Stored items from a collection
----------------
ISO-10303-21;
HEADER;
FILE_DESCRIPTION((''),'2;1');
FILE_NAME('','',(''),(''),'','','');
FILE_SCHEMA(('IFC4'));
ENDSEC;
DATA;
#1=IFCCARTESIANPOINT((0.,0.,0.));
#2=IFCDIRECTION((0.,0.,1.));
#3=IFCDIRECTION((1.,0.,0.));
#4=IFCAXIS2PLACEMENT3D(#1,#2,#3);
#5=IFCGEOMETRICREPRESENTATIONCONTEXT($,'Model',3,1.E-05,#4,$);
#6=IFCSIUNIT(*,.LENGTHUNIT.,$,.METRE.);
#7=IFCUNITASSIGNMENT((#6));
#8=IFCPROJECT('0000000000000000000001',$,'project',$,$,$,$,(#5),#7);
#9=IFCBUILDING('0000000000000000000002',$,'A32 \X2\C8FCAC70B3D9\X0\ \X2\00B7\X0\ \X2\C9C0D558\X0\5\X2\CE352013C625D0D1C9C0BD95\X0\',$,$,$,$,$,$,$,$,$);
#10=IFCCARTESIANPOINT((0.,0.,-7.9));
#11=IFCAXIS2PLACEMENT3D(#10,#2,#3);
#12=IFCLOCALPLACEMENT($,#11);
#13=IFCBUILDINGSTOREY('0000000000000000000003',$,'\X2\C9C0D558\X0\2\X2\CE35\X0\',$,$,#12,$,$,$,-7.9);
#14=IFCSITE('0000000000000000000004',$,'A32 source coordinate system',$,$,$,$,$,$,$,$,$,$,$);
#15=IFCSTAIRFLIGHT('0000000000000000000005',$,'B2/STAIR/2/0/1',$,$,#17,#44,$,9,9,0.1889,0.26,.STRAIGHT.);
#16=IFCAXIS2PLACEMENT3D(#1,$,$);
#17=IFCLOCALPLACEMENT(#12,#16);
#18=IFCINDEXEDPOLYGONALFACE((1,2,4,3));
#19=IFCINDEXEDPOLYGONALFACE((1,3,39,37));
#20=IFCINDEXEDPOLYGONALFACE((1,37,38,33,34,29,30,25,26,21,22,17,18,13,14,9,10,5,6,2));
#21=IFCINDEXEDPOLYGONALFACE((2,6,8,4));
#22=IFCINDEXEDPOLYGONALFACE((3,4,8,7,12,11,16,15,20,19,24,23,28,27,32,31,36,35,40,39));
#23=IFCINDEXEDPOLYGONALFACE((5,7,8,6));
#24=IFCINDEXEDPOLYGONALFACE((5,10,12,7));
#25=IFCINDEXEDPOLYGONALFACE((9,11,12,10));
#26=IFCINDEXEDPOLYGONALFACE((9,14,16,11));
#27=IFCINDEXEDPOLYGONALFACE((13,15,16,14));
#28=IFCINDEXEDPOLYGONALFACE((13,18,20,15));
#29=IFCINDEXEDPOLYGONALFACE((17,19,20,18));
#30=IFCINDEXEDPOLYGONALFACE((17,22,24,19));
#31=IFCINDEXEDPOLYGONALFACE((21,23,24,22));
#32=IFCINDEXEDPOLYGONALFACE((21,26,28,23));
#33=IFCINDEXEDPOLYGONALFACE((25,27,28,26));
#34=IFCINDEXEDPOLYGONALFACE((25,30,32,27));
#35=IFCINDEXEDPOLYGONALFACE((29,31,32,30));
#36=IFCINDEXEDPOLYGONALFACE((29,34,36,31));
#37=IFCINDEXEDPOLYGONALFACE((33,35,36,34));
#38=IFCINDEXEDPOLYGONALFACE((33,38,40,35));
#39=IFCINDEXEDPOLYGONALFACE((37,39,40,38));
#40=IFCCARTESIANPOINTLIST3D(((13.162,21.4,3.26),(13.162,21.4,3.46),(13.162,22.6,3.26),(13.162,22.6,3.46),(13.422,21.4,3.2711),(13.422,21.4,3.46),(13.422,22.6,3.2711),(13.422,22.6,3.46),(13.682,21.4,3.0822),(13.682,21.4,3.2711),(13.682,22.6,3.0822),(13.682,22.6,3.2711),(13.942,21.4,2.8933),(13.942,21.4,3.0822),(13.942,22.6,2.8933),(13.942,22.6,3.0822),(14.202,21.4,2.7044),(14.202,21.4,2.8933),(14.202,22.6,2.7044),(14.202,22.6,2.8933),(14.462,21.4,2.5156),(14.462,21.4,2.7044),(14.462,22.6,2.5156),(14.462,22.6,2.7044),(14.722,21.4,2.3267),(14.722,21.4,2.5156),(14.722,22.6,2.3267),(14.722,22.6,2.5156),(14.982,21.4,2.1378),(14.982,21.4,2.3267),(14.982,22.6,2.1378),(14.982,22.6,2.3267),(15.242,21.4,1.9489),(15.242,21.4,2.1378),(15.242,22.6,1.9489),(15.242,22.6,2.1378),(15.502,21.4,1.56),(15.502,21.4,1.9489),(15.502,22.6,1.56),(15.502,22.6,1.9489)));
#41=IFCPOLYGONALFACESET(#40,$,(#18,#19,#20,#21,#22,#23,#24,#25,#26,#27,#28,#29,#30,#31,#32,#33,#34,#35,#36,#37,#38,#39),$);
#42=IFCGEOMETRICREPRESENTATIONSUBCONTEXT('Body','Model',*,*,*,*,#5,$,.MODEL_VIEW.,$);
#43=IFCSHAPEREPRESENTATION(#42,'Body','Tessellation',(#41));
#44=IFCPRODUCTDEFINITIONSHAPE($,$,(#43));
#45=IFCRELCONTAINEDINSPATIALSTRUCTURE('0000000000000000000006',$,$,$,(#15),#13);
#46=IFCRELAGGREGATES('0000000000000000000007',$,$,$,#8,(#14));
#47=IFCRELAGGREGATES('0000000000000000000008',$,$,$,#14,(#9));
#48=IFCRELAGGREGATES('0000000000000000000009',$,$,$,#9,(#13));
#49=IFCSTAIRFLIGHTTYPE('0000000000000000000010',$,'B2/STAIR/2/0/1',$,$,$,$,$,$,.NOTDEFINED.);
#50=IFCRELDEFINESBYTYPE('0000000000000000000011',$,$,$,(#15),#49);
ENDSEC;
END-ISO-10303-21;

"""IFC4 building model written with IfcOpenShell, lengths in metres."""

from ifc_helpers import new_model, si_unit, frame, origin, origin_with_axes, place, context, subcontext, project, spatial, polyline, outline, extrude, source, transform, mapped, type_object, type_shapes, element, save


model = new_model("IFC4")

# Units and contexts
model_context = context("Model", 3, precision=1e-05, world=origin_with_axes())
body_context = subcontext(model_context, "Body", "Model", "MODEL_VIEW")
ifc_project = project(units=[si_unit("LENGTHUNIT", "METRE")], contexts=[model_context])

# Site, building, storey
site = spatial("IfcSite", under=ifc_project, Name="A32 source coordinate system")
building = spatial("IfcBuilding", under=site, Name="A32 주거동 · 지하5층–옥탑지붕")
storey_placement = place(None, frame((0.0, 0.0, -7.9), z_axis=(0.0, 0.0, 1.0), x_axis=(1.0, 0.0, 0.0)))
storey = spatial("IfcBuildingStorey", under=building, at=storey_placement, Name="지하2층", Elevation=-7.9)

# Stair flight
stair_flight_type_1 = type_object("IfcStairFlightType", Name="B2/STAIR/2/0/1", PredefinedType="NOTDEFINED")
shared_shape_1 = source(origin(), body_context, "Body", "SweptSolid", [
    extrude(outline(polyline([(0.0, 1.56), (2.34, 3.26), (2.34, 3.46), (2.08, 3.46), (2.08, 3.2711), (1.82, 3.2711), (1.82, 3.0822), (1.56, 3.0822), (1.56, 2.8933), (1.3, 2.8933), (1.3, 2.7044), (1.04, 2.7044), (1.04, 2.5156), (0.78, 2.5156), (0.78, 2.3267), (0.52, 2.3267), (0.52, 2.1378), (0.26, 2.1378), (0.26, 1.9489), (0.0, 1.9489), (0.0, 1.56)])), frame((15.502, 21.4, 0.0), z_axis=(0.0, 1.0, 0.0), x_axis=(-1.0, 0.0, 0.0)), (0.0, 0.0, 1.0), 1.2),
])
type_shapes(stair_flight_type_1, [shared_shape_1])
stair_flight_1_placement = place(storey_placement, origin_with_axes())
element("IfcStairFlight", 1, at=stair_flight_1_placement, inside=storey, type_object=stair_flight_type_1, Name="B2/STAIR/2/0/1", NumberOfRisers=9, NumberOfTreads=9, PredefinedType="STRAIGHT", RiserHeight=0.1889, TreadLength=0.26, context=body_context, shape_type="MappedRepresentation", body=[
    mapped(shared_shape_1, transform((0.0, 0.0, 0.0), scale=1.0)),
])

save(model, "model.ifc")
----------------
Beginning with the line above that contains "#31=IFCINDEXEDPOLYGONALFACE((21,23,24,22));", copy each line exactly up to and including the line that contains "END-ISO-10303-21;", and go no further.

#31=IFCINDEXEDPOLYGONALFACE((21,23,24,22));
#32=IFCINDEXEDPOLYGONALFACE((21,26,28,23));
#33=IFCINDEXEDPOLYGONALFACE((25,27,28,26));
#34=IFCINDEXEDPOLYGONALFACE((25,30,32,27));
#35=IFCINDEXEDPOLYGONALFACE((29,31,32,30));
#36=IFCINDEXEDPOLYGONALFACE((29,34,36,31));
#37=IFCINDEXEDPOLYGONALFACE((33,35,36,34));
#38=IFCINDEXEDPOLYGONALFACE((33,38,40,35));
#39=IFCINDEXEDPOLYGONALFACE((37,39,40,38));
#40=IFCCARTESIANPOINTLIST3D(((13.162,21.4,3.26),(13.162,21.4,3.46),(13.162,22.6,3.26),(13.162,22.6,3.46),(13.422,21.4,3.2711),(13.422,21.4,3.46),(13.422,22.6,3.2711),(13.422,22.6,3.46),(13.682,21.4,3.0822),(13.682,21.4,3.2711),(13.682,22.6,3.0822),(13.682,22.6,3.2711),(13.942,21.4,2.8933),(13.942,21.4,3.0822),(13.942,22.6,2.8933),(13.942,22.6,3.0822),(14.202,21.4,2.7044),(14.202,21.4,2.8933),(14.202,22.6,2.7044),(14.202,22.6,2.8933),(14.462,21.4,2.5156),(14.462,21.4,2.7044),(14.462,22.6,2.5156),(14.462,22.6,2.7044),(14.722,21.4,2.3267),(14.722,21.4,2.5156),(14.722,22.6,2.3267),(14.722,22.6,2.5156),(14.982,21.4,2.1378),(14.982,21.4,2.3267),(14.982,22.6,2.1378),(14.982,22.6,2.3267),(15.242,21.4,1.9489),(15.242,21.4,2.1378),(15.242,22.6,1.9489),(15.242,22.6,2.1378),(15.502,21.4,1.56),(15.502,21.4,1.9489),(15.502,22.6,1.56),(15.502,22.6,1.9489)));
#41=IFCPOLYGONALFACESET(#40,$,(#18,#19,#20,#21,#22,#23,#24,#25,#26,#27,#28,#29,#30,#31,#32,#33,#34,#35,#36,#37,#38,#39),$);
#42=IFCGEOMETRICREPRESENTATIONSUBCONTEXT('Body','Model',*,*,*,*,#5,$,.MODEL_VIEW.,$);
#43=IFCSHAPEREPRESENTATION(#42,'Body','Tessellation',(#41));
#44=IFCPRODUCTDEFINITIONSHAPE($,$,(#43));
#45=IFCRELCONTAINEDINSPATIALSTRUCTURE('0000000000000000000006',$,$,$,(#15),#13);
#46=IFCRELAGGREGATES('0000000000000000000007',$,$,$,#8,(#14));
#47=IFCRELAGGREGATES('0000000000000000000008',$,$,$,#14,(#9));
#48=IFCRELAGGREGATES('0000000000000000000009',$,$,$,#9,(#13));
#49=IFCSTAIRFLIGHTTYPE('0000000000000000000010',$,'B2/STAIR/2/0/1',$,$,$,$,$,$,.NOTDEFINED.);
#50=IFCRELDEFINESBYTYPE('0000000000000000000011',$,$,$,(#15),#49);
ENDSEC;
END-ISO-10303-21;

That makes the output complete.